> **The input**
>>

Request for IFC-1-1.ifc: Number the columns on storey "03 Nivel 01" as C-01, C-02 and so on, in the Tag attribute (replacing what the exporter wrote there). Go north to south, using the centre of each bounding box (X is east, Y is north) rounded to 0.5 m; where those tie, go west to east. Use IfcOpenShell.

First a look at what the model holds.

```python
import ifcopenshell
import ifcopenshell.util.element
import ifcopenshell.util.placement

model = ifcopenshell.open("IFC-1-1.ifc")
print(model.schema)
storey = next(s for s in model.by_type("IfcBuildingStorey") if s.Name == "03 Nivel 01")
columns = [e for e in ifcopenshell.util.element.get_decomposition(storey) if e.is_a("IfcColumn")]
for e in sorted(columns, key=lambda e: e.id()):
    origin = ifcopenshell.util.placement.get_local_placement(e.ObjectPlacement)[:3, 3]
    print(e.id(), e.Tag, e.Name, origin.round(2) + 0.0, sep=" | ")
```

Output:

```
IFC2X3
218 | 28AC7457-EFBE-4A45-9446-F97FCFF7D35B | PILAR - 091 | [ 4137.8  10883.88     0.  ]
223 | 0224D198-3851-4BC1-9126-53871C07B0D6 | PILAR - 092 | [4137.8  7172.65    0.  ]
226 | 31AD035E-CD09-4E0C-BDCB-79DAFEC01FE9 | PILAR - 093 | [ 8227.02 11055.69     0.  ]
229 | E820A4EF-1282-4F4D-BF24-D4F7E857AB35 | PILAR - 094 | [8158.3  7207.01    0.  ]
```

```python
import ifcopenshell
import ifcopenshell.geom
import ifcopenshell.util.element
import ifcopenshell.util.shape

model = ifcopenshell.open("IFC-1-1.ifc")
settings = ifcopenshell.geom.settings()
settings.set("use-world-coords", True)


def centre(element):
    shape = ifcopenshell.geom.create_shape(settings, element)
    return ifcopenshell.util.shape.get_bbox_centroid(shape.geometry)


storey = next(s for s in model.by_type("IfcBuildingStorey") if s.Name == "03 Nivel 01")
columns = [e for e in ifcopenshell.util.element.get_decomposition(storey) if e.is_a("IfcColumn")]

# Insertion points can sit at a corner or the storey origin, so sort by the geometry (in metres).
centres = {e: centre(e) for e in columns}
columns.sort(key=lambda e: (-round(centres[e][1] / 0.5), centres[e][0]))

for i, e in enumerate(columns, start=1):
    number = f"C-{i:02d}"
    e.Tag = number
    print(e.id(), number)

model.write("IFC-1-1-out.ifc")
```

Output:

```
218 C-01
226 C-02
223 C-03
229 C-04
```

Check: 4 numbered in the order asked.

<<

> **What is being asked**
Start to finish, transcribe the listing above exactly.

> **Written response**
Request for IFC-1-1.ifc: Number the columns on storey "03 Nivel 01" as C-01, C-02 and so on, in the Tag attribute (replacing what the exporter wrote there). Go north to south, using the centre of each bounding box (X is east, Y is north) rounded to 0.5 m; where those tie, go west to east. Use IfcOpenShell.

First a look at what the model holds.

```python
import ifcopenshell
import ifcopenshell.util.element
import ifcopenshell.util.placement

model = ifcopenshell.open("IFC-1-1.ifc")
print(model.schema)
storey = next(s for s in model.by_type("IfcBuildingStorey") if s.Name == "03 Nivel 01")
columns = [e for e in ifcopenshell.util.element.get_decomposition(storey) if e.is_a("IfcColumn")]
for e in sorted(columns, key=lambda e: e.id()):
    origin = ifcopenshell.util.placement.get_local_placement(e.ObjectPlacement)[:3, 3]
    print(e.id(), e.Tag, e.Name, origin.round(2) + 0.0, sep=" | ")
```

Output:

```
IFC2X3
218 | 28AC7457-EFBE-4A45-9446-F97FCFF7D35B | PILAR - 091 | [ 4137.8  10883.88     0.  ]
223 | 0224D198-3851-4BC1-9126-53871C07B0D6 | PILAR - 092 | [4137.8  7172.65    0.  ]
226 | 31AD035E-CD09-4E0C-BDCB-79DAFEC01FE9 | PILAR - 093 | [ 8227.02 11055.69     0.  ]
229 | E820A4EF-1282-4F4D-BF24-D4F7E857AB35 | PILAR - 094 | [8158.3  7207.01    0.  ]
```

```python
import ifcopenshell
import ifcopenshell.geom
import ifcopenshell.util.element
import ifcopenshell.util.shape

model = ifcopenshell.open("IFC-1-1.ifc")
settings = ifcopenshell.geom.settings()
settings.set("use-world-coords", True)


def centre(element):
    shape = ifcopenshell.geom.create_shape(settings, element)
    return ifcopenshell.util.shape.get_bbox_centroid(shape.geometry)


storey = next(s for s in model.by_type("IfcBuildingStorey") if s.Name == "03 Nivel 01")
columns = [e for e in ifcopenshell.util.element.get_decomposition(storey) if e.is_a("IfcColumn")]

# Insertion points can sit at a corner or the storey origin, so sort by the geometry (in metres).
centres = {e: centre(e) for e in columns}
columns.sort(key=lambda e: (-round(centres[e][1] / 0.5), centres[e][0]))

for i, e in enumerate(columns, start=1):
    number = f"C-{i:02d}"
    e.Tag = number
    print(e.id(), number)

model.write("IFC-1-1-out.ifc")
```

Output:

```
218 C-01
226 C-02
223 C-03
229 C-04
```

Check: 4 numbered in the order asked.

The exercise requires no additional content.